Thank you very much @rdeits . With your guidance I was able to succeed in what I wanted to do. I post below the full solution for reference. I realized yesterday night that QuoteNode was what I needed, because the docs said that that its useful in nested quotes. But I admit, I couldn’t in the end understand exactly how to use it. Maybe I the metaprogramming docs could use more examples. Oh well, in any case, here’s the final product:

macro copy_type(base_type, newname, extra_fields)
  # This macro was generated with the guidance of @rdeits on Discourse:
  # https://discourse.julialang.org/t/
  # metaprogramming-obtain-actual-type-from-symbol-for-field-inheritance/84912

  # We start with a quote. All macros return a quote to be evaluated
  quote
    let
      # Here we collect the field names and types from the base type
      # Because the base type already exists, we escape the symbols to obtain it
      base_fieldnames = fieldnames($(esc(base_type)))
      base_fieldtypes = [t for t in getproperty($(esc(base_type)), :types)]
      base_fields = [:($f::$T) for (f, T) in zip(base_fieldnames, base_fieldtypes)]
      # Then, we prime the additional name and fields into QuoteNodes
      # We have to do this to be able to interpolate them into an inner quote.
      name = $(QuoteNode(newname))
      additional_fields = $(QuoteNode(extra_fields.args))
      # Now we start an inner quote. This is because our macro needs to call `eval`
      # However, this should never happen inside the main body of a macro
      # There are several reasons for that, see the cited discussion at the top for more
      expr = quote
        struct $name
          $(base_fields...)
          $(additional_fields...)
        end
      end
      # @show expr # uncomment this to see that the final expression looks as desired
      eval(expr)
    end
  end
end

mutable struct Example
  id::Int
end

@copy_type Example Example5 begin
  x::Float64
  y::Float64
end

Aaaah the gods really hate me I think. Everything worked perfectly until I did the “very last” step of adding the macro in a module, and also include an abstract type to subtype from. Then, the QuoteNode trick does not work any more. Here is an example:

module TestMacro
export @copy_type

macro copy_type(base_type, newname, supertype)
  quote
    let
      base_fieldnames = fieldnames($(esc(base_type)))
      base_fieldtypes = [t for t in getproperty($(esc(base_type)), :types)]
      base_fields = [:($f::$T) for (f, T) in zip(base_fieldnames, base_fieldtypes)]
      name = $(QuoteNode(newname))
      supertype_quoted = $(QuoteNode(supertype))

      expr = quote
        struct $name <: $supertype_quoted
          $(base_fields...)
        end
      end
      eval(expr)
    end
  end
end

end

using .TestMacro

abstract type Abstract end

mutable struct Example
    id::Int
end

@copy_type Example Example2 Abstract

that errors with ERROR: UndefVarError: Abstract not defined.

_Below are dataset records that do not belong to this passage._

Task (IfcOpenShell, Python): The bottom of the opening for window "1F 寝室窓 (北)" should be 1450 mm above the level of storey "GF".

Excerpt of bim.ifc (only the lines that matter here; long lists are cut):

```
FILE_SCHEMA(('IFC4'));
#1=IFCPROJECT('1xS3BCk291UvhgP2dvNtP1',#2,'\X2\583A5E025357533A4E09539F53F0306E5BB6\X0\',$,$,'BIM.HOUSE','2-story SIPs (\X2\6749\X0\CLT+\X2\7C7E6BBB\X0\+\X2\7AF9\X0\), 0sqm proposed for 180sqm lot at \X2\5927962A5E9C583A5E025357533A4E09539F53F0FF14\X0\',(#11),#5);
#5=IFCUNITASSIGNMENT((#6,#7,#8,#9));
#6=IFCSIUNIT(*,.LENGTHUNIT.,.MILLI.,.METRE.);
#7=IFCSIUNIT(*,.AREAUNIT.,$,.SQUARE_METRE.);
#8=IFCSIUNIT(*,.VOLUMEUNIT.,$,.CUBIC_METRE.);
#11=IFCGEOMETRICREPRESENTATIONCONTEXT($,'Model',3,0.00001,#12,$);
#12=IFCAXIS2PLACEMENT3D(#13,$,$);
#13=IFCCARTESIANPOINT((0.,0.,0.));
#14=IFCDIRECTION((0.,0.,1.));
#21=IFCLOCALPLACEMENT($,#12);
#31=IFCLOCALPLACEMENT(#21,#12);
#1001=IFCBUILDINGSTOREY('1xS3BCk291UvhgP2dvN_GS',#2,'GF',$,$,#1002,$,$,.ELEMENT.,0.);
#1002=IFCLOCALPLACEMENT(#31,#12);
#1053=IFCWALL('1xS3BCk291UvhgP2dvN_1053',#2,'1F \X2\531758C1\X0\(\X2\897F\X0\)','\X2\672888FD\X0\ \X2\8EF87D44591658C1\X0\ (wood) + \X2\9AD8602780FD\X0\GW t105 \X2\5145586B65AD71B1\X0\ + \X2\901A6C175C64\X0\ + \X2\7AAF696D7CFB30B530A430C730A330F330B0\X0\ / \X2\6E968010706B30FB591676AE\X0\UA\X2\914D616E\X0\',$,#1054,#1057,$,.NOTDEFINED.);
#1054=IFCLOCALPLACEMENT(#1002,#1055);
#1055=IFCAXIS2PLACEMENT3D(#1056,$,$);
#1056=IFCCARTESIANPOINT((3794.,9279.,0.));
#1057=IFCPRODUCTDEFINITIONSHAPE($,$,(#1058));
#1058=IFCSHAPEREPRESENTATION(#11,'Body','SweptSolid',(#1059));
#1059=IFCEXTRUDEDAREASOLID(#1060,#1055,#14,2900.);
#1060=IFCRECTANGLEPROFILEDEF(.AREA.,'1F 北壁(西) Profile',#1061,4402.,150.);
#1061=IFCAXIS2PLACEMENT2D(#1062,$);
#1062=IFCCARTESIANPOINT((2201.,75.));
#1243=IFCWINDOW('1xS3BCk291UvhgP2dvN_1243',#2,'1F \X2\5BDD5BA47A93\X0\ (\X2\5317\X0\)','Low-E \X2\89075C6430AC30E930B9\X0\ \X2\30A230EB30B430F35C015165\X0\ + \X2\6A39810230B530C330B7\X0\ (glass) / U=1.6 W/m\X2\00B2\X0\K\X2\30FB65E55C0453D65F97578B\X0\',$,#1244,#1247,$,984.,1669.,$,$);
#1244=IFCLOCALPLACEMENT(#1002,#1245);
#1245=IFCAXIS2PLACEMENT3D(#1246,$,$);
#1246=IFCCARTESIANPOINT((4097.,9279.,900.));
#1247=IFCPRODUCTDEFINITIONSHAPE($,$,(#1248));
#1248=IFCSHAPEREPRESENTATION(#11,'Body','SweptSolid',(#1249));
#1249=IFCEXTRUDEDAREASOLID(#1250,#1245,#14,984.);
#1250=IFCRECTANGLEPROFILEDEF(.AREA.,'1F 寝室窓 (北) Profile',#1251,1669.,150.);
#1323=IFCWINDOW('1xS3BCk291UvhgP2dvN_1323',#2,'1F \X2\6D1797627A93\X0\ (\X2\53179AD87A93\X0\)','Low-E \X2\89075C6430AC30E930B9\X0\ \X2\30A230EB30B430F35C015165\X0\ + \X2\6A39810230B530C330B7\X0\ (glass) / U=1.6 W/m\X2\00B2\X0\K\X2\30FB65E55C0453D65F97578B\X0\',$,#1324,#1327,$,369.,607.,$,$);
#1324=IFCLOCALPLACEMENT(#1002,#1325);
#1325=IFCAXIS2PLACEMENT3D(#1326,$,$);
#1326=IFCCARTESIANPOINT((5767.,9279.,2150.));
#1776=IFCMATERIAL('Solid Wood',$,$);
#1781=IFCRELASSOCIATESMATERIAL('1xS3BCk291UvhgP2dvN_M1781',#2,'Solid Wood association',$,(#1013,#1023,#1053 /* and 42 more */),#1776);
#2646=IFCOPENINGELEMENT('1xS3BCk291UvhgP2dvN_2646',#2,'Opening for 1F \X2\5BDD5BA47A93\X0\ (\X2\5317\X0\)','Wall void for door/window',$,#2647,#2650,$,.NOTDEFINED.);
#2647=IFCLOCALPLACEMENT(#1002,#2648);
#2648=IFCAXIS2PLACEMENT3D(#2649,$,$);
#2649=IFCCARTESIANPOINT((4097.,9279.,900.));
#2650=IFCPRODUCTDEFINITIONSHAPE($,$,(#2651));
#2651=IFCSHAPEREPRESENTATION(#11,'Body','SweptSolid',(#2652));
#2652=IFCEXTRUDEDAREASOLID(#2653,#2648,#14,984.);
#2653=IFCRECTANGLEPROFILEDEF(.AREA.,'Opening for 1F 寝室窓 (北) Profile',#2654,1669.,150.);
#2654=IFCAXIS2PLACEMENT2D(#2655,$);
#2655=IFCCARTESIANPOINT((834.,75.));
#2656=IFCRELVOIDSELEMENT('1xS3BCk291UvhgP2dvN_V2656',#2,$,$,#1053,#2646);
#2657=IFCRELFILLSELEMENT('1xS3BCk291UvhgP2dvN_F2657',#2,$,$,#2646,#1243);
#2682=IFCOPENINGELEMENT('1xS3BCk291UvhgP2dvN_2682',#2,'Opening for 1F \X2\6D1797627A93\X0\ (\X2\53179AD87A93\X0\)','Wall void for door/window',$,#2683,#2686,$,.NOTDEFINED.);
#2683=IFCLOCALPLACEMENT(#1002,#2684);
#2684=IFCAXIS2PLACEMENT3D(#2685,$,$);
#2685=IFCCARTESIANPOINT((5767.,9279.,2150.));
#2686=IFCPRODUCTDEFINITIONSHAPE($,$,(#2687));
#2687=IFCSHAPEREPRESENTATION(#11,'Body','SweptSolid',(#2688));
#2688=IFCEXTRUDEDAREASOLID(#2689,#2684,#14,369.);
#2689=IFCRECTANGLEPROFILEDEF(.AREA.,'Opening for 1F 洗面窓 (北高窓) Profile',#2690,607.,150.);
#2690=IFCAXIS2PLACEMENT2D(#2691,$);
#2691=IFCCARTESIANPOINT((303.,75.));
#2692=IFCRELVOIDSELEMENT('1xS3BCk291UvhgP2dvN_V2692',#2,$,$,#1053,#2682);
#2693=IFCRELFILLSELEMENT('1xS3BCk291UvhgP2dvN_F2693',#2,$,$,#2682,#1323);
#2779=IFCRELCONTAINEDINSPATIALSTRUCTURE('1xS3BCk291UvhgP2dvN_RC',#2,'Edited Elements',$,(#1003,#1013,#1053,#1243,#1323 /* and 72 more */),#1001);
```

```python
import numpy as np
import ifcopenshell
import ifcopenshell.api.geometry
import ifcopenshell.geom
import ifcopenshell.util.element
import ifcopenshell.util.placement
import ifcopenshell.util.shape
import ifcopenshell.util.unit

model = ifcopenshell.open("bim.ifc")
unit_scale = ifcopenshell.util.unit.calculate_unit_scale(model)

window = model.by_guid("1xS3BCk291UvhgP2dvN_1243")
opening = window.FillsVoids[0].RelatingOpeningElement
storey = ifcopenshell.util.element.get_container(window, ifc_class="IfcBuildingStorey")
level = ifcopenshell.util.placement.get_local_placement(storey.ObjectPlacement)[2, 3]

# The opening's origin need not be at the sill, so measure its lowest point.
shape = ifcopenshell.geom.create_shape(ifcopenshell.geom.settings(), opening)
bottom = ifcopenshell.util.shape.get_shape_bottom_elevation(shape, shape.geometry) / unit_scale
dz = level + 1450.0 - bottom

shift = np.array([0.0, 0.0, dz])
# The window is not placed relative to its opening, so move both.
for product in (opening, window):
    matrix = ifcopenshell.util.placement.get_local_placement(product.ObjectPlacement)
    matrix[:3, 3] += shift
    ifcopenshell.api.geometry.edit_object_placement(model, product=product, matrix=matrix, is_si=False)

print(f"moved by {dz * unit_scale:+.3f} m")

model.write("bim-out.ifc")
```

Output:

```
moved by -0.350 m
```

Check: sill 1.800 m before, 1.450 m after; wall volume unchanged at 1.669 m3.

I also tried to escape the abstract type, since it has already been defined, by doing $$(esc(supertype)) in place of where I currently have $supertype_quoted. This led to something really weird: the code no longer errored, but, oddly, Example2 wasn’t defined after I’ve run the macro. I still don’t understand how this broke the macro and it doesn’t evaluate Example2 anymore.

EDIT: Actually, forget about the Subtyping business. If I put the macro in a module, then even the version I posted above in the previous reply, that works perfectly, does NOT define Example2. I think the macro only defines these types in the module it was defined. But I want the opposite: I want these types to be defined in the module the macro is called in.

Okay! Solved the issue of Example2 not being defined by adding Core.eval($(__module__), expr) instead of just eval(expr).

The solution for the subtyping then become the $$(esc(supertype)) !!!